# Creamy coloured liquid soap



## TrulyNatural (Aug 12, 2014)

Hi I'm new to soap making and have made a few successful batches of  clear liquid soap. The liquid soap I have made has turned a rich silky,  creamy colour about 48 hours after dilution. Does anybody know what the  cause if this it? It's not separating and it's lovely to use, quite a soft, silky feel :smile: Does liquid soap have to be clear? Thanks in advance for any info.


----------



## Jaccart789 (Aug 12, 2014)

No it doesn't have to be clear, sometimes fragrances can discolor the soap and other additives. Did you add a fragrance?


----------



## Susie (Aug 12, 2014)

If you would be so kind as to share the recipe, it would help.

There are a few usual suspects, though;  One is animal fats as part of the recipe, another is EO/FO culprits, third is superfat amount.

And no, liquid soap does not have to be clear.  I don't really care if mine is or not, but others do.  It is a personal choice.


----------



## TrulyNatural (Aug 12, 2014)

Jaccart789 said:


> No it doesn't have to be clear, sometimes fragrances can discolor the soap and other additives. Did you add a fragrance?


  Hi yes I have added fragrance but after it already changed to the creamy colour. It's a bit weird it just seems to change by itself after dilution but not immediately.


----------



## TrulyNatural (Aug 12, 2014)

Susie said:


> If you would be so kind as to share the recipe, it would help.
> 
> There are a few usual suspects, though;  One is animal fats as part of the recipe, another is EO/FO culprits, third is superfat amount.
> 
> And no, liquid soap does not have to be clear.  I don't really care if mine is or not, but others do.  It is a personal choice.



Hi the recipe is made up of 500g rice bran oil, 250g coconut oil, 150g castor oil and 100g cocoa butter. 
Would the cocoa butter have anything to do with it do you think? With the liquid soap being a creamy colour that make it have a shorter shelf life at all?


----------



## Susie (Aug 12, 2014)

I have never used cocoa butter in liquid soap, so i can't answer for that one.  And I think all your oils are shelf stable enough to not have to worry.  If in doubt, though, only dilute half the paste, and store the rest in the fridge in a ziploc bag.  Write on the outside how much water it took to dilute the first half, and you fast track the guessing how much water to dilute with. 

How much superfat did you use?


----------



## TrulyNatural (Aug 12, 2014)

Thanks Susie there is a 0% super fat/discount on the recipe.
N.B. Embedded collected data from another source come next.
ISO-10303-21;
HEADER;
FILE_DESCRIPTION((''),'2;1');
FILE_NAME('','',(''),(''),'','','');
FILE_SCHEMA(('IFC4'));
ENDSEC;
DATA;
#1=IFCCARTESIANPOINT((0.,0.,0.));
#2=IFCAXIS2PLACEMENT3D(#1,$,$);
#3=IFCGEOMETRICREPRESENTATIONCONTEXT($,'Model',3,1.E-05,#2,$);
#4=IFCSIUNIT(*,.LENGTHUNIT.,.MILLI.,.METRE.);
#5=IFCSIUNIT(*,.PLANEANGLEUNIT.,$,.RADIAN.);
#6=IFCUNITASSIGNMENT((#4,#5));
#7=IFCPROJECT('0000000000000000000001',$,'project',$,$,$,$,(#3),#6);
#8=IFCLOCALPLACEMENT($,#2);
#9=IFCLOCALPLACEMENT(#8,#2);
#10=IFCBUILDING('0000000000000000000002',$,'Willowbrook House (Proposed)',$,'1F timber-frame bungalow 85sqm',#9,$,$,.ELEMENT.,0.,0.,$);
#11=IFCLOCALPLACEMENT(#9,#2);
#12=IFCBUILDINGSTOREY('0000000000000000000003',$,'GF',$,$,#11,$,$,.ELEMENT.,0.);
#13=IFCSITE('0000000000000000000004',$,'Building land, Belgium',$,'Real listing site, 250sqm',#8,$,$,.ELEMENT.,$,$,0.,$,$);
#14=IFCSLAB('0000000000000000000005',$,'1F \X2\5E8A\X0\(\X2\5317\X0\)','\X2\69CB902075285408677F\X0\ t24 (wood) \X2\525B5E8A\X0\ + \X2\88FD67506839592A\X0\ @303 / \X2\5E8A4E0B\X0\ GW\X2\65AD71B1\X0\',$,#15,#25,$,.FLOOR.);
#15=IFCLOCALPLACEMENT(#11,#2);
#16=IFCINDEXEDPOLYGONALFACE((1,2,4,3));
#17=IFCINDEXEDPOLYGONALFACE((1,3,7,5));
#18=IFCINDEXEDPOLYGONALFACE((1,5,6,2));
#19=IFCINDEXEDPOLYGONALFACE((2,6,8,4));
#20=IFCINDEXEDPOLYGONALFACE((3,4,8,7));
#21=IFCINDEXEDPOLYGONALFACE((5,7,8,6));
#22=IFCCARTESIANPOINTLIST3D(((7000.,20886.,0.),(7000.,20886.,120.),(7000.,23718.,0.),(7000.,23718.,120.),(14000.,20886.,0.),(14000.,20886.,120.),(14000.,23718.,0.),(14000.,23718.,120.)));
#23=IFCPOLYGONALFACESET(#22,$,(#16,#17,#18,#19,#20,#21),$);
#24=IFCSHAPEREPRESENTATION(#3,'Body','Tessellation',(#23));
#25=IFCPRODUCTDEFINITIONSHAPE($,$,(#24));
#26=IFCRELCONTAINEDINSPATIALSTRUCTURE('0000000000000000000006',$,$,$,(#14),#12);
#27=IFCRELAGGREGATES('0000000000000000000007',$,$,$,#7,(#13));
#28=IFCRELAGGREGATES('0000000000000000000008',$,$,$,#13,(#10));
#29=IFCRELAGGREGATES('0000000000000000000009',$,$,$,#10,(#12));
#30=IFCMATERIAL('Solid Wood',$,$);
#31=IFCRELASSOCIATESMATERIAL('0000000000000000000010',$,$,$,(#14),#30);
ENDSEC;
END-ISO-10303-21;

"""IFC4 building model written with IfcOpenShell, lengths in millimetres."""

from ifc_helpers import new_model, si_unit, frame, frame_2d, origin, place, context, project, spatial, rectangle, extrude, material, element, save


model = new_model("IFC4")

# Units and contexts
model_context = context("Model", 3, precision=1e-05, world=origin())
ifc_project = project(units=[si_unit("LENGTHUNIT", "METRE", prefix="MILLI"), si_unit("PLANEANGLEUNIT", "RADIAN")], contexts=[model_context])

# Site, building, storey
site_placement = place(None, origin())
site = spatial("IfcSite", under=ifc_project, at=site_placement, Name="Building land, Belgium", ObjectType="Real listing site, 250sqm", CompositionType="ELEMENT", RefElevation=0.0)
building_placement = place(site_placement, origin())
building = spatial("IfcBuilding", under=site, at=building_placement, Name="Willowbrook House (Proposed)", ObjectType="1F timber-frame bungalow 85sqm", CompositionType="ELEMENT", ElevationOfRefHeight=0.0, ElevationOfTerrain=0.0)
storey_placement = place(building_placement, origin())
storey = spatial("IfcBuildingStorey", under=building, at=storey_placement, Name="GF", CompositionType="ELEMENT", Elevation=0.0)

# Slab
ifc_material_1 = material(Name="Solid Wood")
slab_1_placement = place(storey_placement, frame((3500.0, 10443.0, 0.0)))
element("IfcSlab", 1, at=slab_1_placement, inside=storey, material=ifc_material_1, Name="1F 床(北)", Description="構造用合板 t24 (wood) 剛床 + 製材根太 @303 / 床下 GW断熱", PredefinedType="FLOOR", context=model_context, shape_type="SweptSolid", body=[
    extrude(rectangle(XDim=7000.0, YDim=2832.0, at=frame_2d((3500.0, 1416.0))), frame((3500.0, 10443.0, 0.0)), (0.0, 0.0, 1.0), 120.0),
])

save(model, "model.ifc")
I'm still very new to this and trying to understand it all. I put the oils into the SoapCalc and made it from the recipe it calculated. 200g KOH to 380g water. It dilutes clear but by about 48 hours it turns a creamy colour. I have made it twice and have had the same outcome both times. Though the first time I made this I forgot to add the cocoa butter and it didn't creamy so I'm thinking somehow it's the cocoa butter or the fact that it would have had a higher amount of lye to oils without the cocoa butter in. 
But I'm happy with the texture and the feel of the soap I just wasn't sure if it would turn bad quickly when it's not clear. 
So does it mean if you have a creamy liquid soap that there are excess oils that haven't reacted with the lye?


----------



## Susie (Aug 12, 2014)

Not at 0% superfat, which was why I asked.  At 0% superfat, there are no excess oils.  

It has to be the cocoa butter.  And that will not spoil faster due to the cloudiness.  It is fine.  Enjoy your soap!


----------



## TrulyNatural (Aug 12, 2014)

Thanks for your help Susie. It's appreciated


----------



## IrishLass (Aug 13, 2014)

It's the cocoa butter. I make a liquid soap formula with cocoa butter (and shea butter and a little stearic acid), and it turns beautifully  opaque/creamy/pearly. The little bit of steric acid that I add is what lends a pearly sheen to it. 


 IrishLass


----------



## TrulyNatural (Aug 13, 2014)

Thanks IrishLass it's good to hear. I will definitely keep using cocoa butter.


----------



## lady-of-4 (Aug 15, 2014)

It sounds like it wasn't finished cooking prior to dilution.  Or,  a mistake in lye calculation or measurement.  You used a decent amount of Coco Butter,  which like any other Butter,  can cause cloudiness.  But if your soap is Creamy in the sense that it looks milky,  I'm inclined to push forward my first guesses.


----------



## herackonchiasa (Aug 21, 2014)

No it Does NOT have to be clear.


----------



## herackonchiasa (Aug 21, 2014)

Fyi I've made pure potassium stearate soap with a minute amount of shea butter, and it came out a lovely cream color and lathered beautifully .


----------



## Susie (Aug 21, 2014)

IrishLass said:


> It's the cocoa butter. I make a liquid soap formula with cocoa butter (and shea butter and a little stearic acid), and it turns beautifully  opaque/creamy/pearly. The little bit of steric acid that I add is what lends a pearly sheen to it.
> 
> 
> IrishLass



Learned something new today, thanks!  Going to try adding some of those.


----------



## herackonchiasa (Aug 29, 2014)

Pearly semi diluted liquid soap base . Using only hard butters and acids


----------



## herackonchiasa (Aug 29, 2014)

Its semi translucent from the cook which adds to the pearly look. 10.5oz stearic acid 5.5oz shea butter superfat with coconut oil.


----------